Start of Data for review

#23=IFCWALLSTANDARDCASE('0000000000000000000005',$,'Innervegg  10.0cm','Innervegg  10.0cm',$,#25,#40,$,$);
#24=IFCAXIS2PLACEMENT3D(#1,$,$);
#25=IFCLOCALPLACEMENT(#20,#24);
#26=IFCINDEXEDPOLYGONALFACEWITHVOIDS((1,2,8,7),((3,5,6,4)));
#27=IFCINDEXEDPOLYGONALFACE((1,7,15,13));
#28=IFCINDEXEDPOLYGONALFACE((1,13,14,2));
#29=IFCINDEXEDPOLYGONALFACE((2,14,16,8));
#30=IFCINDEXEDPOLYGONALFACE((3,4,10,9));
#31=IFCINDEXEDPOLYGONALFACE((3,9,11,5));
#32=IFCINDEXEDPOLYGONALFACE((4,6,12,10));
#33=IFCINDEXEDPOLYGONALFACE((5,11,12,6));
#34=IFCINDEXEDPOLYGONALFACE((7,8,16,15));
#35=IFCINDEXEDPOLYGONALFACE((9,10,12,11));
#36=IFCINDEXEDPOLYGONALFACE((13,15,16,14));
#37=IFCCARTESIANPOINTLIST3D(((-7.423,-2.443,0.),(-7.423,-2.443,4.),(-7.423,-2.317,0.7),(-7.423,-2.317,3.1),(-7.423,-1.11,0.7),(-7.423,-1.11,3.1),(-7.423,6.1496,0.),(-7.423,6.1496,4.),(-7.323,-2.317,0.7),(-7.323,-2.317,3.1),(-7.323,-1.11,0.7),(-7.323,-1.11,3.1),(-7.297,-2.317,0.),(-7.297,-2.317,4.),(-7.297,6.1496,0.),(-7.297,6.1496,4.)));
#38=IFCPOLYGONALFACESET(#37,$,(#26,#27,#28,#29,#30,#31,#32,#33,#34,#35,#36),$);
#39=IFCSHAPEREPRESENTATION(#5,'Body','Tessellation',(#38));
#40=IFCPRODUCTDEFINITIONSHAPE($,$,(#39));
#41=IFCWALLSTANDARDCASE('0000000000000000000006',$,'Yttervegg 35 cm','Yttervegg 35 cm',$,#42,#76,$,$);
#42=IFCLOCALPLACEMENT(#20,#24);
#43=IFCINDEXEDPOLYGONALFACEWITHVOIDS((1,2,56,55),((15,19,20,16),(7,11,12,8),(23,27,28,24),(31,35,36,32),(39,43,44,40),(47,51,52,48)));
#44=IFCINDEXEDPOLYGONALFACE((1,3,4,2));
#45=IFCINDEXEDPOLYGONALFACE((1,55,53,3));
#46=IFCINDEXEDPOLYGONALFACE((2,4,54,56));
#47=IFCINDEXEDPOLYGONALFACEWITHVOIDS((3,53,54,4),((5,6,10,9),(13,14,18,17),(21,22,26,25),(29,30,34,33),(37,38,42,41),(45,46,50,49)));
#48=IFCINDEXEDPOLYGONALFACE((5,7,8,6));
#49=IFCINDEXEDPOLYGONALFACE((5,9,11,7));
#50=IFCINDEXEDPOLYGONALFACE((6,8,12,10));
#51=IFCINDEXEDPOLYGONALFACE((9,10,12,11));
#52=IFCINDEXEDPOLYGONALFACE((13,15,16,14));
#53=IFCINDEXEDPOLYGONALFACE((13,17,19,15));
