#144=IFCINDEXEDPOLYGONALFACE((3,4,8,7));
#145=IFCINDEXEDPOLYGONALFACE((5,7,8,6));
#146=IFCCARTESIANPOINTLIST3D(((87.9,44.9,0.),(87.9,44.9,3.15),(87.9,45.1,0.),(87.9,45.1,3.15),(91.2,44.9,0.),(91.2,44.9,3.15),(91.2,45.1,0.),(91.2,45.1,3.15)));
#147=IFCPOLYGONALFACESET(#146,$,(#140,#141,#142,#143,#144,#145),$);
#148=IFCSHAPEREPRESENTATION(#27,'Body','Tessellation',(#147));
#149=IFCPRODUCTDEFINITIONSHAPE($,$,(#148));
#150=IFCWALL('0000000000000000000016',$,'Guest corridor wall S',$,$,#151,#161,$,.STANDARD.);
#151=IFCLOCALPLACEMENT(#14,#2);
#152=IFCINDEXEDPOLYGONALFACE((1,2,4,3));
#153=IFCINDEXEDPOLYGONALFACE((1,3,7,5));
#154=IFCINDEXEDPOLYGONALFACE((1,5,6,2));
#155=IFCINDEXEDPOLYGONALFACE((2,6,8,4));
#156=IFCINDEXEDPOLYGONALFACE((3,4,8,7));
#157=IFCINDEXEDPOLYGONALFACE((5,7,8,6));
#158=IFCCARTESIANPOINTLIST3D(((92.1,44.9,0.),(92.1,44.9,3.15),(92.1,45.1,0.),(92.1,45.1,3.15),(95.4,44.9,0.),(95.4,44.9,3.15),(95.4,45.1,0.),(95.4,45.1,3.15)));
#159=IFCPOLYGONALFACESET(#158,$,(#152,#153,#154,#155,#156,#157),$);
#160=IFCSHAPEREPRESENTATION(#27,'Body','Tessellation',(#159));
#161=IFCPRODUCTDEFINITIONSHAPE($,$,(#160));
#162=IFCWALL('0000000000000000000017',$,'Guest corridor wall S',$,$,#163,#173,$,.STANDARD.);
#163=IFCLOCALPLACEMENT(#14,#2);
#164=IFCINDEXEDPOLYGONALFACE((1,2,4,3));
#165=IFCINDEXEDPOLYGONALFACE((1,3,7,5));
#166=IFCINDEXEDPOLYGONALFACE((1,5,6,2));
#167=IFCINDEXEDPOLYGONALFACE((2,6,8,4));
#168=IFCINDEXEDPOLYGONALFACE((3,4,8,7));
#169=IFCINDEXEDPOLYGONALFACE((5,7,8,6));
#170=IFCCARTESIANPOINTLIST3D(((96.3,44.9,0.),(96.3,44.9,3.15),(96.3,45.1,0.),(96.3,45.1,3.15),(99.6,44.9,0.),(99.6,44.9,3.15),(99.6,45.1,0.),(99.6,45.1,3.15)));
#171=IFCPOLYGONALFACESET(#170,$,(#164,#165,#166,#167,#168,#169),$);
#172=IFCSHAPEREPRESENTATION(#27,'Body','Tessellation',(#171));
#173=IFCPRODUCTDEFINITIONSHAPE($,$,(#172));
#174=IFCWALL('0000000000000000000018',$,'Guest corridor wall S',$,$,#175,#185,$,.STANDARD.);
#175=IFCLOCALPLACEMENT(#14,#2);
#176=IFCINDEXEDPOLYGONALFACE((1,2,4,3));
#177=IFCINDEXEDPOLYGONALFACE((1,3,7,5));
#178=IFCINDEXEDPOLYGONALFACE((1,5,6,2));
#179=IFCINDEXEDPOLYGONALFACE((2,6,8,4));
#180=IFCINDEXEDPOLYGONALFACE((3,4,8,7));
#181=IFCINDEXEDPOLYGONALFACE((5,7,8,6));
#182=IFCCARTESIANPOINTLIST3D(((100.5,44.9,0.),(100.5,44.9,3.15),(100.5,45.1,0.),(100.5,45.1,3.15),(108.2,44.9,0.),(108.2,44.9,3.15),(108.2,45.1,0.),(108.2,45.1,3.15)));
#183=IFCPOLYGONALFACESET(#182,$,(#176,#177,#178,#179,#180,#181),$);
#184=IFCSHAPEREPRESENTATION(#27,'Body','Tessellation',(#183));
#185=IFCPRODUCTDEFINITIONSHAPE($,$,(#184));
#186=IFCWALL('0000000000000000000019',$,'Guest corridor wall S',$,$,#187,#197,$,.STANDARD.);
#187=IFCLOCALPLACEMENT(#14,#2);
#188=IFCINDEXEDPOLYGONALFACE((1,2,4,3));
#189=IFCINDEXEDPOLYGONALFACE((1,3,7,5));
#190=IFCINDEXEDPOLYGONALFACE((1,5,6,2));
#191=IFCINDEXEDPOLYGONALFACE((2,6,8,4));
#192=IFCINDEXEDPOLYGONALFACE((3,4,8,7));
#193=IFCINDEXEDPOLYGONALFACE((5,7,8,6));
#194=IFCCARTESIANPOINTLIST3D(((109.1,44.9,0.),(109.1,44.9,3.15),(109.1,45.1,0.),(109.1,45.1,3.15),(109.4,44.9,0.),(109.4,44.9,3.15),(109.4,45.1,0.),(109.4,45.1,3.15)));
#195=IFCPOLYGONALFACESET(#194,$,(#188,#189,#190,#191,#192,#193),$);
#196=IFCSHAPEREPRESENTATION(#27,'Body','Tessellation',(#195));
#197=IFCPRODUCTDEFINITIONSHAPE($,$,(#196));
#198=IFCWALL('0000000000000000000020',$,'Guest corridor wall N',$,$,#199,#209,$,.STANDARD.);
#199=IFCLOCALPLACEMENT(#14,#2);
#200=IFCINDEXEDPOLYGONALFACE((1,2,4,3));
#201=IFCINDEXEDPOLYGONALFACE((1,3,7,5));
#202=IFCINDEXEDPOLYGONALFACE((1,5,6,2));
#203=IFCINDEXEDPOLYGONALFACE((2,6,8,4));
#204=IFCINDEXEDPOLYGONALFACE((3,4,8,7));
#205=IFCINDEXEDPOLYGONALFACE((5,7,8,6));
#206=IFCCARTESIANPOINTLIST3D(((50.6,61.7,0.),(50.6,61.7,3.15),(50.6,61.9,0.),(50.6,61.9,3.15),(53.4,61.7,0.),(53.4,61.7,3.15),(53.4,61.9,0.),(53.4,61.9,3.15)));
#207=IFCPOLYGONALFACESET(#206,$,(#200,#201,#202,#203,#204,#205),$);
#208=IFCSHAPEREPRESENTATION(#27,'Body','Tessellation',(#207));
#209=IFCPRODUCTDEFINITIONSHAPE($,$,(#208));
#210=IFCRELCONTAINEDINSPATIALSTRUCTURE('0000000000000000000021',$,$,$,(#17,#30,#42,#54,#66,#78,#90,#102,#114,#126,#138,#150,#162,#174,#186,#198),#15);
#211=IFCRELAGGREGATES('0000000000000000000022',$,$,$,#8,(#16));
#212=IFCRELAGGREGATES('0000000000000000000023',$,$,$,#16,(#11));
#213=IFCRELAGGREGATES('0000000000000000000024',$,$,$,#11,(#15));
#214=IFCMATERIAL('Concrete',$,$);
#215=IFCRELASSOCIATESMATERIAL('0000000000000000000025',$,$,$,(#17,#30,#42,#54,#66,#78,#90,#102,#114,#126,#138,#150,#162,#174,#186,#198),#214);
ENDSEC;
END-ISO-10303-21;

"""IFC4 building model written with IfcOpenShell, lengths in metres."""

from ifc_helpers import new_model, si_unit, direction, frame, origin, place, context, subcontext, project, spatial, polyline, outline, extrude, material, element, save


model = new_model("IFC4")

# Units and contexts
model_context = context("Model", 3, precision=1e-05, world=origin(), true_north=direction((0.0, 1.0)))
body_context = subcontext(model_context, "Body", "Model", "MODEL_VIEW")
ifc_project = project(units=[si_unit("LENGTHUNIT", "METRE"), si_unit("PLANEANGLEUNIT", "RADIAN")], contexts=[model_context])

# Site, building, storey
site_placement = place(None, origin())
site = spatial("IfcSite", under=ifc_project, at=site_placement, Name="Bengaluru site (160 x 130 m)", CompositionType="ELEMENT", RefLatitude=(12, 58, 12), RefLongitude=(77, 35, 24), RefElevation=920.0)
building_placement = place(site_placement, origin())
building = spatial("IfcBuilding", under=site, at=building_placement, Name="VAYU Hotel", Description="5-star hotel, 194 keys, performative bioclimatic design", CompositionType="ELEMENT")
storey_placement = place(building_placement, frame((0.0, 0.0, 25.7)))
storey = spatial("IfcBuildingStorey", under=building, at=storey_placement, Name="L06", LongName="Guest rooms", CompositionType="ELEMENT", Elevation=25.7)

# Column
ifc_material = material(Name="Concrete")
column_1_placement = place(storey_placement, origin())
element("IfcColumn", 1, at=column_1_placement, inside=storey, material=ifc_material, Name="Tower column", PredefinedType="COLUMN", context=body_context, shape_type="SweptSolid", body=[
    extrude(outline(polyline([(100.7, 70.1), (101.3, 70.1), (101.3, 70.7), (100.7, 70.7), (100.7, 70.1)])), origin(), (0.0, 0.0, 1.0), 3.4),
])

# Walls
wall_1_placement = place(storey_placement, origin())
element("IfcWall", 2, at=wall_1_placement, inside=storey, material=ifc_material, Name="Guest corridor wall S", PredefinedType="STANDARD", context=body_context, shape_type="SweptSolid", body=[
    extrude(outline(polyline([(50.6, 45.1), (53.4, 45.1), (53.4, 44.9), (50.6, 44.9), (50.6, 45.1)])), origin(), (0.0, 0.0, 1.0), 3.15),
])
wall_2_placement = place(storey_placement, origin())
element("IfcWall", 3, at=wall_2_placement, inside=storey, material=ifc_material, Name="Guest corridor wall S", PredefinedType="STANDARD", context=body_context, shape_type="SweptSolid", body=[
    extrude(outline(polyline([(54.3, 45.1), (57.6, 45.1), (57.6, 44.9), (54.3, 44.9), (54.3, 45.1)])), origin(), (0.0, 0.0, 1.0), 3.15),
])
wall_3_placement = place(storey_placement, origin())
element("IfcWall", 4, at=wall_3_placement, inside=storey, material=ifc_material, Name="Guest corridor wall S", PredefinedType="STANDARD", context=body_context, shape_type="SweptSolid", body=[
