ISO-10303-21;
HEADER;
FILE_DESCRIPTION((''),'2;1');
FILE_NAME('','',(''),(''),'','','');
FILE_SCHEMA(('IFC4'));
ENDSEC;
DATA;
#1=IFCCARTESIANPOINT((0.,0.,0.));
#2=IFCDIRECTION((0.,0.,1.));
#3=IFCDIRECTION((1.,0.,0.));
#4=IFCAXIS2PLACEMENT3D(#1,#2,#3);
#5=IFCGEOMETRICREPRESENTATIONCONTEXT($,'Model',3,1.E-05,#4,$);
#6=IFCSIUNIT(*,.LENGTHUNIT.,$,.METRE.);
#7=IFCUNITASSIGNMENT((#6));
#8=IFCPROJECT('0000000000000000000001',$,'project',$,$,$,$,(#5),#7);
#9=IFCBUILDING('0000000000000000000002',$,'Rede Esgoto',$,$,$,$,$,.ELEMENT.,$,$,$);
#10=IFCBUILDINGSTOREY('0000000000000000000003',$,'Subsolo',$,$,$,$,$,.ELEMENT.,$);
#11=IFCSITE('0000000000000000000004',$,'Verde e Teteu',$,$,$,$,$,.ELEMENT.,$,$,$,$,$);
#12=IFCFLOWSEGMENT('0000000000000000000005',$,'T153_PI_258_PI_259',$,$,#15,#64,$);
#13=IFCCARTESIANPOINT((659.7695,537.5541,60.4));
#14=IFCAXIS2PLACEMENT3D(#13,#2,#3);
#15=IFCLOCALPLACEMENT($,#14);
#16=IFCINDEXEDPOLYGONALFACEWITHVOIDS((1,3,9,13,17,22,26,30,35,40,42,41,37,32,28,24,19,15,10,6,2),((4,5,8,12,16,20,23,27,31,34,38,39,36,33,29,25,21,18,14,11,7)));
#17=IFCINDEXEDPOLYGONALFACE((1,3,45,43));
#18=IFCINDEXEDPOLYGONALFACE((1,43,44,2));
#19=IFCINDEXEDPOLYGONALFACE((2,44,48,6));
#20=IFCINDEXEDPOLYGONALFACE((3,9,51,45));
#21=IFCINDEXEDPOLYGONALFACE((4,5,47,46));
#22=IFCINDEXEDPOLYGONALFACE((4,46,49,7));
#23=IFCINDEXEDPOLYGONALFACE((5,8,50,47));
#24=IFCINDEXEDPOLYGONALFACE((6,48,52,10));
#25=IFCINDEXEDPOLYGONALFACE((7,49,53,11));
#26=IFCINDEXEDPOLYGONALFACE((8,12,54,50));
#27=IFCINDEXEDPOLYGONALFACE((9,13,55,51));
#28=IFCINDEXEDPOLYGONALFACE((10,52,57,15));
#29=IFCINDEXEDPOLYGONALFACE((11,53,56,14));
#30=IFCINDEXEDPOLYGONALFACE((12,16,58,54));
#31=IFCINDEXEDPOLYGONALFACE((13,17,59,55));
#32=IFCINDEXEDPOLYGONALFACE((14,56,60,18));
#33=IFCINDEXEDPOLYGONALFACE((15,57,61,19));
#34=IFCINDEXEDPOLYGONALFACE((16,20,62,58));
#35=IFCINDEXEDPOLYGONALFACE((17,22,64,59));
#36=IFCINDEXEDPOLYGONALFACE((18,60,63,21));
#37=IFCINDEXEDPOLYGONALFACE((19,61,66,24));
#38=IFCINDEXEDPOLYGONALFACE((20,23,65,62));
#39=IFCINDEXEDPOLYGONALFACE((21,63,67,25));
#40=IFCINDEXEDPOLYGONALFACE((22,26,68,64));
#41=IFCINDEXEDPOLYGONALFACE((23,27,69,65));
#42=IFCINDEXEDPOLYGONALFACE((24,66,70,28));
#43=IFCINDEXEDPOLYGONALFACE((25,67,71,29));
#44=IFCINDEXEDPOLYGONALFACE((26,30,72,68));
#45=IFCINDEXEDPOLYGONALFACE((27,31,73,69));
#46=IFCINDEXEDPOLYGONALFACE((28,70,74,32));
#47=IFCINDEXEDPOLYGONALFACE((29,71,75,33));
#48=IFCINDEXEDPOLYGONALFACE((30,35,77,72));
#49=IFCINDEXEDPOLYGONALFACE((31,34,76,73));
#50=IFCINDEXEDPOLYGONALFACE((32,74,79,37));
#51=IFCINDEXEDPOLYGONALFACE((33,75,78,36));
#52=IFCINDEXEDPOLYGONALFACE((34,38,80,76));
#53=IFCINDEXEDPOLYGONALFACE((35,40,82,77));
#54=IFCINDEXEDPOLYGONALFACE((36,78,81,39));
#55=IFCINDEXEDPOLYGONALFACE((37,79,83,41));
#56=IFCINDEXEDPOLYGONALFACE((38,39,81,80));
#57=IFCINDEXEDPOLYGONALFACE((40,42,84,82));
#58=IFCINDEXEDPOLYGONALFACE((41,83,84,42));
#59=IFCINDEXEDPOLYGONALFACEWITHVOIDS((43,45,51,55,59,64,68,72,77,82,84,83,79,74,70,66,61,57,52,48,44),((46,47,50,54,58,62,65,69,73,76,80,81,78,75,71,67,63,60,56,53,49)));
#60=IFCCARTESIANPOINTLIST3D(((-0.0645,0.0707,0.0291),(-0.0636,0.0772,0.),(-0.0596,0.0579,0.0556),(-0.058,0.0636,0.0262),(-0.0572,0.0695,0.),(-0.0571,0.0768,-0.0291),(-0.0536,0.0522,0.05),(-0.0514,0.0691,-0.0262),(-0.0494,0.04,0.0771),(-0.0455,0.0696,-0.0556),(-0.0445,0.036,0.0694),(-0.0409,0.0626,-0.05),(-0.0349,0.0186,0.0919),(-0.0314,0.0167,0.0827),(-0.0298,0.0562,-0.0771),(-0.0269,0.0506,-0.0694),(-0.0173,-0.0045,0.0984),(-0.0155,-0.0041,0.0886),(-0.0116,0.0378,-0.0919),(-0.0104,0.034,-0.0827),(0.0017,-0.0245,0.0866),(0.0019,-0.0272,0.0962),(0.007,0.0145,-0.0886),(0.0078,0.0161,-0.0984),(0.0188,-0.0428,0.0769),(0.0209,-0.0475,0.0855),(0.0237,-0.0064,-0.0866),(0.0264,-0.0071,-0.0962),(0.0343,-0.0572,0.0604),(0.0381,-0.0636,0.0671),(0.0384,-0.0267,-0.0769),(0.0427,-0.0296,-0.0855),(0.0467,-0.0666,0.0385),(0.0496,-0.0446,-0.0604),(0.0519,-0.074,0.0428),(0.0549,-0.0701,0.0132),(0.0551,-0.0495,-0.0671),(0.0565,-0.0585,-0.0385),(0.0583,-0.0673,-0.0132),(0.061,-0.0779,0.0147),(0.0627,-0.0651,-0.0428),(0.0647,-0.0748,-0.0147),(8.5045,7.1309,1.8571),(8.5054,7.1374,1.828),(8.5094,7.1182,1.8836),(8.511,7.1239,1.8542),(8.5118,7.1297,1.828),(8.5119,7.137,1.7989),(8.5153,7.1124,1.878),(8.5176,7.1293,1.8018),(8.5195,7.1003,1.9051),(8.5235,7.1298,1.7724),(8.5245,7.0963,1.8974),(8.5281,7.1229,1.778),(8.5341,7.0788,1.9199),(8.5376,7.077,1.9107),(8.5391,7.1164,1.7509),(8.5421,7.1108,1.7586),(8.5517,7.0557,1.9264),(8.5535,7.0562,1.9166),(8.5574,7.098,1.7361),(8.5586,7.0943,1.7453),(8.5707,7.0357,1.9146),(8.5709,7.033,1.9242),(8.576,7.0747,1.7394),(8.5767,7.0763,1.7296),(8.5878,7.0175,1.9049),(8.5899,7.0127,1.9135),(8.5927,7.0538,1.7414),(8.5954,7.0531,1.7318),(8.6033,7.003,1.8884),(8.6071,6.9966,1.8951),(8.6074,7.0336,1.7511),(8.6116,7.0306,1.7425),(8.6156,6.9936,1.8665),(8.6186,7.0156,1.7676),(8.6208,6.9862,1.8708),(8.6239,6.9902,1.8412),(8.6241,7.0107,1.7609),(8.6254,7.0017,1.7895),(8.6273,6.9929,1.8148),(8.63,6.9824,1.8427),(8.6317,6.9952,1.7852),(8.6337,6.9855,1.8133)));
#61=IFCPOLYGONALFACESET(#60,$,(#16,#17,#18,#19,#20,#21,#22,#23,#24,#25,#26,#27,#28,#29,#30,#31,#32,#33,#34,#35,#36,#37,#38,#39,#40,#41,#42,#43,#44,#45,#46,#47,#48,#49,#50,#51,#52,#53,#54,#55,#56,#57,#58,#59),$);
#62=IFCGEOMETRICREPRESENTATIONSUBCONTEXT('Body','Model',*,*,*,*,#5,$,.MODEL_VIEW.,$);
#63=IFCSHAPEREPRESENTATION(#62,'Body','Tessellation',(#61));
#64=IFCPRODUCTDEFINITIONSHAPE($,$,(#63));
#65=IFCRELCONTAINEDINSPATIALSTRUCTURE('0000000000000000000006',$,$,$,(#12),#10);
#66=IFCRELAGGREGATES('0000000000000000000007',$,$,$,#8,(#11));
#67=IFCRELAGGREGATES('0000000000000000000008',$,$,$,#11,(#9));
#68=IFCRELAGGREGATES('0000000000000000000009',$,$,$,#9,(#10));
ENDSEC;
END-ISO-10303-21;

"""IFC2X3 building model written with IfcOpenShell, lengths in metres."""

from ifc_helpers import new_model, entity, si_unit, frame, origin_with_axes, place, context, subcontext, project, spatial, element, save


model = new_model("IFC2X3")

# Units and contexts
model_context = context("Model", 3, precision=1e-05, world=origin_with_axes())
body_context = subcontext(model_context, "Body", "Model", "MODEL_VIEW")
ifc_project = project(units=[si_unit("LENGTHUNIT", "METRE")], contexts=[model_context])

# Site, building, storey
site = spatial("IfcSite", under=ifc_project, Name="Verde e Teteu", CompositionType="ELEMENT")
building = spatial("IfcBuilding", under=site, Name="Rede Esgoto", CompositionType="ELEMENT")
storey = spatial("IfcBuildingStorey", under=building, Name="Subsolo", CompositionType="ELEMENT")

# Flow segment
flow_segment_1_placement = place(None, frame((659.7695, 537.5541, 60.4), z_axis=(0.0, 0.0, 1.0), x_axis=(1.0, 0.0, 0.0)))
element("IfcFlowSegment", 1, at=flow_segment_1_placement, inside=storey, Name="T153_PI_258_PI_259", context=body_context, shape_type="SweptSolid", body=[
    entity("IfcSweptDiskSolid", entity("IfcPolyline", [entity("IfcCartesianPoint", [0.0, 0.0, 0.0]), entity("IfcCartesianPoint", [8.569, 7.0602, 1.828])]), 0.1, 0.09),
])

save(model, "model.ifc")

End of Data for review

All lines with the word "Concrete" are needed; pull them from the entries and copy each.

● Exercise solution
#214=IFCMATERIAL('Concrete',$,$);
ifc_material = material(Name="Concrete")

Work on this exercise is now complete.